Task brief — Below are the records; copy each line in which "IFCRELCONTAINEDINSPATIALSTRUCTURE" occurs.

(Stored items)
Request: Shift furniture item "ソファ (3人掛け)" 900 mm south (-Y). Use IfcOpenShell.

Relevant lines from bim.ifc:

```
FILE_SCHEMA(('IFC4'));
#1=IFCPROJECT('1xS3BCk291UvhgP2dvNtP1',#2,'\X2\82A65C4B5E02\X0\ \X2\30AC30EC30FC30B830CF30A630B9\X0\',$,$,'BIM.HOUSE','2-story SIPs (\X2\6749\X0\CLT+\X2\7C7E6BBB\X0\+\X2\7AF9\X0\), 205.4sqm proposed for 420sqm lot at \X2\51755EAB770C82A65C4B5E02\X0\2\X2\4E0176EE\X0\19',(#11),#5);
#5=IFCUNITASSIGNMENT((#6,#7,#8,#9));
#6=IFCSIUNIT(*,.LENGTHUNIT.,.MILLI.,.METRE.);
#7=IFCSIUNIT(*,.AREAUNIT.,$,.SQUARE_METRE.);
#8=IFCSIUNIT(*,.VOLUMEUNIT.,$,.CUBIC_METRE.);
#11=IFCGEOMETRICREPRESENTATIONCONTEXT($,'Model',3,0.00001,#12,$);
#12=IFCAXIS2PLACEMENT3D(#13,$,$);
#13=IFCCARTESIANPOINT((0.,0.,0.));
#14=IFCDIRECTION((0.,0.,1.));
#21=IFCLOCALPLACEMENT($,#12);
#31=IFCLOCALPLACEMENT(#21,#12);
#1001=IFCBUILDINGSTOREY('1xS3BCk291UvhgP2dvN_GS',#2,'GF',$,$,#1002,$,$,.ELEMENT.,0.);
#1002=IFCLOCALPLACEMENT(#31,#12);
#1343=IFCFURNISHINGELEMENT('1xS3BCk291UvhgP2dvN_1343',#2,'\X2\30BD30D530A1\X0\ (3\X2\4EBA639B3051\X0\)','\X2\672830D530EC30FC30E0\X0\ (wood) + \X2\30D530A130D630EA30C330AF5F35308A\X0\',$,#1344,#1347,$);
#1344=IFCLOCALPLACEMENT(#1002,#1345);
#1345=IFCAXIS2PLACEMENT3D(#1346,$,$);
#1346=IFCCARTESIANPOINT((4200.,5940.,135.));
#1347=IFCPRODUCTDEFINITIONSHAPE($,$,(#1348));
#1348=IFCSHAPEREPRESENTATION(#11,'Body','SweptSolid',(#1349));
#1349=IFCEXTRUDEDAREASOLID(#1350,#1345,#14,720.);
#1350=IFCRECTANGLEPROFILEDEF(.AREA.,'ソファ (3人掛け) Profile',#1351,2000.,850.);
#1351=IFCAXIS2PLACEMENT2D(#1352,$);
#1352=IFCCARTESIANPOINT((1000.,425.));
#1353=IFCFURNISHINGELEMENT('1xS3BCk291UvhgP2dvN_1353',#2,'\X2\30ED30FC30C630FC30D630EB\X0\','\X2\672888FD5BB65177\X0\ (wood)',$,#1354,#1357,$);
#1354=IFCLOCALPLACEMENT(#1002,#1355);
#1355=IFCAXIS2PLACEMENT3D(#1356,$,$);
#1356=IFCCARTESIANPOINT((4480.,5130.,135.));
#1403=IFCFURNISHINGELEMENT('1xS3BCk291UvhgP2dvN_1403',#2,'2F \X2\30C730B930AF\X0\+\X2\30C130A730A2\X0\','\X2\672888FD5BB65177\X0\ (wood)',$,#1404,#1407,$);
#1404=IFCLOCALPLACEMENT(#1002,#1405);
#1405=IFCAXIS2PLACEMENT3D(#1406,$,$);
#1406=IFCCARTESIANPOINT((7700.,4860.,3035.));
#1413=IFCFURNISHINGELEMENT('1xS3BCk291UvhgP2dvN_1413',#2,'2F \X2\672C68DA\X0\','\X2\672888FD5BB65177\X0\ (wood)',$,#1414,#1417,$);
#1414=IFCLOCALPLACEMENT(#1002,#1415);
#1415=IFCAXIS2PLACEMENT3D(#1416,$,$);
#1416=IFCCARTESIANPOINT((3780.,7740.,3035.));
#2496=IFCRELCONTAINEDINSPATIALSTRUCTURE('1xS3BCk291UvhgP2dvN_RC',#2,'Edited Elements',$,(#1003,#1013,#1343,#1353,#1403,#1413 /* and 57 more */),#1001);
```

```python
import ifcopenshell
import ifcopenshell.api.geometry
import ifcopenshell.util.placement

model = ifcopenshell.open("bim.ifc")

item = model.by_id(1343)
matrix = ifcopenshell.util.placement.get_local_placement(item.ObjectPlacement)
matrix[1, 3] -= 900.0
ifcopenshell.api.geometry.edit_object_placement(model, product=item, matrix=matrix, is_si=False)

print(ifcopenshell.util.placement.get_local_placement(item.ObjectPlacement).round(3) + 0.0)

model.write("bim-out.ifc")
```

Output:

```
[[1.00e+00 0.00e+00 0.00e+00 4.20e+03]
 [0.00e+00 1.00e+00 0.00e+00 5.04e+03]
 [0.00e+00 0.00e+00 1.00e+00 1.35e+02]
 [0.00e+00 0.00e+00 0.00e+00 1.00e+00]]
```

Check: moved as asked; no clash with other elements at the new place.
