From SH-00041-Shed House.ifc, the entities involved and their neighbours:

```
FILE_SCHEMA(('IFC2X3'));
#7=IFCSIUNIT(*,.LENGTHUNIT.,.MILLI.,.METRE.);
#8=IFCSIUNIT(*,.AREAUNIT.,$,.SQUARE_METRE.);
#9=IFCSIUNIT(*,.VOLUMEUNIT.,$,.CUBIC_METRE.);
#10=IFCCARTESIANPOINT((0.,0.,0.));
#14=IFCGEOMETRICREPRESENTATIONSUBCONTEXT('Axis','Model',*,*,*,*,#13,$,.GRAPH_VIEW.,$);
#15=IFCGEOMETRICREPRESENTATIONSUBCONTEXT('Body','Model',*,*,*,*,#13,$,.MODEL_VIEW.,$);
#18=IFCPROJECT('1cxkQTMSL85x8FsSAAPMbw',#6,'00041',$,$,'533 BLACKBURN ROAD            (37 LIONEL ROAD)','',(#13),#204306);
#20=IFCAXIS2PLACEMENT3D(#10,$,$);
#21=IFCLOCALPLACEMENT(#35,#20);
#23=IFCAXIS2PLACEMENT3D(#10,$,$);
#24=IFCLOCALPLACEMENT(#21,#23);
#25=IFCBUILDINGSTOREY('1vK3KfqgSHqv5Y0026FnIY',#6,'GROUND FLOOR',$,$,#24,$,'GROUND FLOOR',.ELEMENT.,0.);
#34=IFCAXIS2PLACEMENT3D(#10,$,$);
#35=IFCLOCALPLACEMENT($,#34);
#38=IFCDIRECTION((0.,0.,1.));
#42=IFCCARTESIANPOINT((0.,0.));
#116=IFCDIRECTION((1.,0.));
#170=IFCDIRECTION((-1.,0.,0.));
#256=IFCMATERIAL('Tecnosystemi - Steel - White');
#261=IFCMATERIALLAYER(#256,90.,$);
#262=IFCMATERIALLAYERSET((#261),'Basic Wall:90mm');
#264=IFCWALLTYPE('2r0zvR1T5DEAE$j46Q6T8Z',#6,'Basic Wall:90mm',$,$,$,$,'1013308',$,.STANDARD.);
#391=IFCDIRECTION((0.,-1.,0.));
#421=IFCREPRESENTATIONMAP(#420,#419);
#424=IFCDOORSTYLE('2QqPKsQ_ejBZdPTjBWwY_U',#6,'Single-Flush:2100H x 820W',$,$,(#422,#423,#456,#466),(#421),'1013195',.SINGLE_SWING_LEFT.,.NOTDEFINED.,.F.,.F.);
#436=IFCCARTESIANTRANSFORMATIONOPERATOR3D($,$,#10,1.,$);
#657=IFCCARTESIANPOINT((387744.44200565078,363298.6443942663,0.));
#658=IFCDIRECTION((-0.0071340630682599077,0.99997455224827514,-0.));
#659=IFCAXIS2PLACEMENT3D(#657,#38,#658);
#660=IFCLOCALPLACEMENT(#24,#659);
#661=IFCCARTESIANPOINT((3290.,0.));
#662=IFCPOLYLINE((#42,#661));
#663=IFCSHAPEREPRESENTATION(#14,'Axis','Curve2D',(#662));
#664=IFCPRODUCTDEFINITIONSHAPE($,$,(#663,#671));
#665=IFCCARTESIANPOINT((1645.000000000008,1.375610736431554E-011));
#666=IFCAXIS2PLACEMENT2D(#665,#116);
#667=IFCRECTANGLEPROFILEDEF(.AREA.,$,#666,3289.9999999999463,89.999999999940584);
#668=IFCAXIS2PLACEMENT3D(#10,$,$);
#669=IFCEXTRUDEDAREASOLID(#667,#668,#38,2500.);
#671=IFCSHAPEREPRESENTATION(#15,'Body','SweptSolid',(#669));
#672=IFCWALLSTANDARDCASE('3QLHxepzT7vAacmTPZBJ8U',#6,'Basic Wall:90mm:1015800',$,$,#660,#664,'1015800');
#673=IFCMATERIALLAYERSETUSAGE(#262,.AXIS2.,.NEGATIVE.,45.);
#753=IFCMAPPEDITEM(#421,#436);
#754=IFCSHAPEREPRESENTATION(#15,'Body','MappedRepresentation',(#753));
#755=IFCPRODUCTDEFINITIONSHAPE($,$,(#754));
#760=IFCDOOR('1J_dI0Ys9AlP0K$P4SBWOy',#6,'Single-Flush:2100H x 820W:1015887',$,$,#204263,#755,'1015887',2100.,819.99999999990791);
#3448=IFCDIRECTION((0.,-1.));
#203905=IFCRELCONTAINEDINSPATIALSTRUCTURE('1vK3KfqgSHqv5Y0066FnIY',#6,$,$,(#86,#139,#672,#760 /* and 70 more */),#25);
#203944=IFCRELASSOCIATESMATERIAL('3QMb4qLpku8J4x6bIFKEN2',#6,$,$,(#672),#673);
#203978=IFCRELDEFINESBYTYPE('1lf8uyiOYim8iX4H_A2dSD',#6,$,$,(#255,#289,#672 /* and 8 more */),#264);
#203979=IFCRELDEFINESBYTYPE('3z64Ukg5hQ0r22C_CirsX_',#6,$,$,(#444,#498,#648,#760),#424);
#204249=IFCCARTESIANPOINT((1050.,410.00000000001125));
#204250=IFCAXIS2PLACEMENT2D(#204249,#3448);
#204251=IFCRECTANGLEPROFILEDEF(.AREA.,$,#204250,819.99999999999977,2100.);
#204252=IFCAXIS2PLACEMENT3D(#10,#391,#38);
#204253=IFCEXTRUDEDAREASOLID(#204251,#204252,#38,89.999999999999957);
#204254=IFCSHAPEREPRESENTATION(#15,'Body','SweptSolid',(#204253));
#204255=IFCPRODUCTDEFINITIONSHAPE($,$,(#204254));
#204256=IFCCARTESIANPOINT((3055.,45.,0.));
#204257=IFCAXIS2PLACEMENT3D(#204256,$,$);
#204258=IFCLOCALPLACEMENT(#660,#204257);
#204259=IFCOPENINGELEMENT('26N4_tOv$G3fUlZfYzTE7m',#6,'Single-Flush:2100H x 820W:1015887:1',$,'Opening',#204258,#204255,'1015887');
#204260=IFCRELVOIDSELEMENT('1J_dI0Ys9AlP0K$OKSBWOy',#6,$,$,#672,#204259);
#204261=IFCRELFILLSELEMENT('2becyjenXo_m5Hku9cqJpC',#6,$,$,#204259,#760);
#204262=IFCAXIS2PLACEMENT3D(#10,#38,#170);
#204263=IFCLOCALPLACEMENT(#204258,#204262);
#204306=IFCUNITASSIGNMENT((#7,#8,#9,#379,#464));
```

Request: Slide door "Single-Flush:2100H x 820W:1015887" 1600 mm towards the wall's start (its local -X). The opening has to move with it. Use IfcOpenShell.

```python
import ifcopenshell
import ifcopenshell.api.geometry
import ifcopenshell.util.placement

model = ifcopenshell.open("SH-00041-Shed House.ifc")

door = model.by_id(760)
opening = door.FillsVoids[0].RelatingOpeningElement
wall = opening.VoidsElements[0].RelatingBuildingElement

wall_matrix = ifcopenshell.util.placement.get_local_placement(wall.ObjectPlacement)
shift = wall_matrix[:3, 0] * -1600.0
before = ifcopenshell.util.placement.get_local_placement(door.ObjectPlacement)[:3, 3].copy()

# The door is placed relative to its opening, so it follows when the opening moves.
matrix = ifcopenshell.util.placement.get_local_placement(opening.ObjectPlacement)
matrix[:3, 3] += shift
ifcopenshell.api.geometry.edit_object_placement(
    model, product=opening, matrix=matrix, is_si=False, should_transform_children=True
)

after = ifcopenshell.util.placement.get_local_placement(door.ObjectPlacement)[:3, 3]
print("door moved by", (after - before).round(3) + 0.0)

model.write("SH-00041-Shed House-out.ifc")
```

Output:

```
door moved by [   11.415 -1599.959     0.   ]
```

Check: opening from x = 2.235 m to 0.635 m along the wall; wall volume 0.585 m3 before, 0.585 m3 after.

---

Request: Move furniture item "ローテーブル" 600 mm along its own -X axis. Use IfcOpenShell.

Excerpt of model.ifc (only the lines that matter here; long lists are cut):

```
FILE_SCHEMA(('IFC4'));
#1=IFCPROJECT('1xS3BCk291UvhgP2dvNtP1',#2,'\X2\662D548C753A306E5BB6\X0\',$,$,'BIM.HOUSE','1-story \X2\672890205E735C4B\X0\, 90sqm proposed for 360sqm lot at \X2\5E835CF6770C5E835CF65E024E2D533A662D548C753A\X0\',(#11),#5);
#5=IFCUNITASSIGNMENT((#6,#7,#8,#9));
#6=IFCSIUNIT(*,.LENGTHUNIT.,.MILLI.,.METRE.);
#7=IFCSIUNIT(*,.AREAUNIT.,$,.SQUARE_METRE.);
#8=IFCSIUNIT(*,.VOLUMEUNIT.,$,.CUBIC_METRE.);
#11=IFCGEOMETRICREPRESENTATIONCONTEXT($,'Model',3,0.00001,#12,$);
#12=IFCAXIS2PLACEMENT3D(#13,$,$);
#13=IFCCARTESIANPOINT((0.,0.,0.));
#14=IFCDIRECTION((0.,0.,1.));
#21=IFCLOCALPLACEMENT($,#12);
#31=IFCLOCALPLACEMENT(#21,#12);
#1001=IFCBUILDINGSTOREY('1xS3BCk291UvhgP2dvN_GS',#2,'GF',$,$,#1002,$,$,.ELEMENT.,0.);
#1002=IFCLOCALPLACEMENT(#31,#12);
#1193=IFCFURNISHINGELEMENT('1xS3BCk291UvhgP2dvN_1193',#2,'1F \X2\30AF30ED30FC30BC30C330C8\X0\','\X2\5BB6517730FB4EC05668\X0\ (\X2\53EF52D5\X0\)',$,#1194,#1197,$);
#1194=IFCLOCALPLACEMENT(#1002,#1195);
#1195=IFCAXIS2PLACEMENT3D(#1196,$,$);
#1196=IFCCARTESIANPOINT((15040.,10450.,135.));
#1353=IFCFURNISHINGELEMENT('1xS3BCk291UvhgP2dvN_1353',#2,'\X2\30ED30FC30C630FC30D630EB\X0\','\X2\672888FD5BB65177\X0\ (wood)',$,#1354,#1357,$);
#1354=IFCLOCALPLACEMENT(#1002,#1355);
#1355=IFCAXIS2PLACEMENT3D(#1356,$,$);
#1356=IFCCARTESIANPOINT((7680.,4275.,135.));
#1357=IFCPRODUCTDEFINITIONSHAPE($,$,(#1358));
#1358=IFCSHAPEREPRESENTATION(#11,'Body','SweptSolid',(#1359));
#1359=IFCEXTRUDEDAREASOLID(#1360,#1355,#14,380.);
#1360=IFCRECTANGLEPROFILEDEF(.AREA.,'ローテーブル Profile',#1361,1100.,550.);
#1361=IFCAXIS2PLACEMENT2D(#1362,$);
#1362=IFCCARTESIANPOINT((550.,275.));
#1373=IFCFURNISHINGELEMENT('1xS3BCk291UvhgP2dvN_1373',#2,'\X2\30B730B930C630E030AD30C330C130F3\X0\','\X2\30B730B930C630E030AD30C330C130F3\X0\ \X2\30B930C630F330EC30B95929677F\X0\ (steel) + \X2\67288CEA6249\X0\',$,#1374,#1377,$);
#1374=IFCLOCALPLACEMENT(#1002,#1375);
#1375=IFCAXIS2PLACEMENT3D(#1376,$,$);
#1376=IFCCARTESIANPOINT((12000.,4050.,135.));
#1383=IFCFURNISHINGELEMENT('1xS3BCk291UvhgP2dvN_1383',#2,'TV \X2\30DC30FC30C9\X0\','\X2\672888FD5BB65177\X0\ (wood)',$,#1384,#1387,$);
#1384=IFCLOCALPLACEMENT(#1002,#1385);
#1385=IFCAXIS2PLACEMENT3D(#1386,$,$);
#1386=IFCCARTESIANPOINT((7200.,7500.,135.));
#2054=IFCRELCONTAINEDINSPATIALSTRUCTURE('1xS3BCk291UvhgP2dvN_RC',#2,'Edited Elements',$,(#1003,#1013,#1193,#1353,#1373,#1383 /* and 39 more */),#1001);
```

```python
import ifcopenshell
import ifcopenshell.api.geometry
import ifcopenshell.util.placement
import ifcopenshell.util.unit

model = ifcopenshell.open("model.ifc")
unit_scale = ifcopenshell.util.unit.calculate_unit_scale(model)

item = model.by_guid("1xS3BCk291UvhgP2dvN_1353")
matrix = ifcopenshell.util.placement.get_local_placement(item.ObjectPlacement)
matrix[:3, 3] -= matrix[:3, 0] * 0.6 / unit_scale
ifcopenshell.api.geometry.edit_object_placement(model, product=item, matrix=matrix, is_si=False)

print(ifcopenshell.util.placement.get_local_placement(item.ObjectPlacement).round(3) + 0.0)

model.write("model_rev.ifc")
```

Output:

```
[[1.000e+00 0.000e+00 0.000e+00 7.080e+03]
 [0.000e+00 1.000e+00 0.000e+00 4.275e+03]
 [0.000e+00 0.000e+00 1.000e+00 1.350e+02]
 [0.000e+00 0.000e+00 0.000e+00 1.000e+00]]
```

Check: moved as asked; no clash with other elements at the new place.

Answer space —
#2496=IFCRELCONTAINEDINSPATIALSTRUCTURE('1xS3BCk291UvhgP2dvN_RC',#2,'Edited Elements',$,(#1003,#1013,#1343,#1353,#1403,#1413 /* and 57 more */),#1001);
#203905=IFCRELCONTAINEDINSPATIALSTRUCTURE('1vK3KfqgSHqv5Y0066FnIY',#6,$,$,(#86,#139,#672,#760 /* and 70 more */),#25);
#2054=IFCRELCONTAINEDINSPATIALSTRUCTURE('1xS3BCk291UvhgP2dvN_RC',#2,'Edited Elements',$,(#1003,#1013,#1193,#1353,#1373,#1383 /* and 39 more */),#1001);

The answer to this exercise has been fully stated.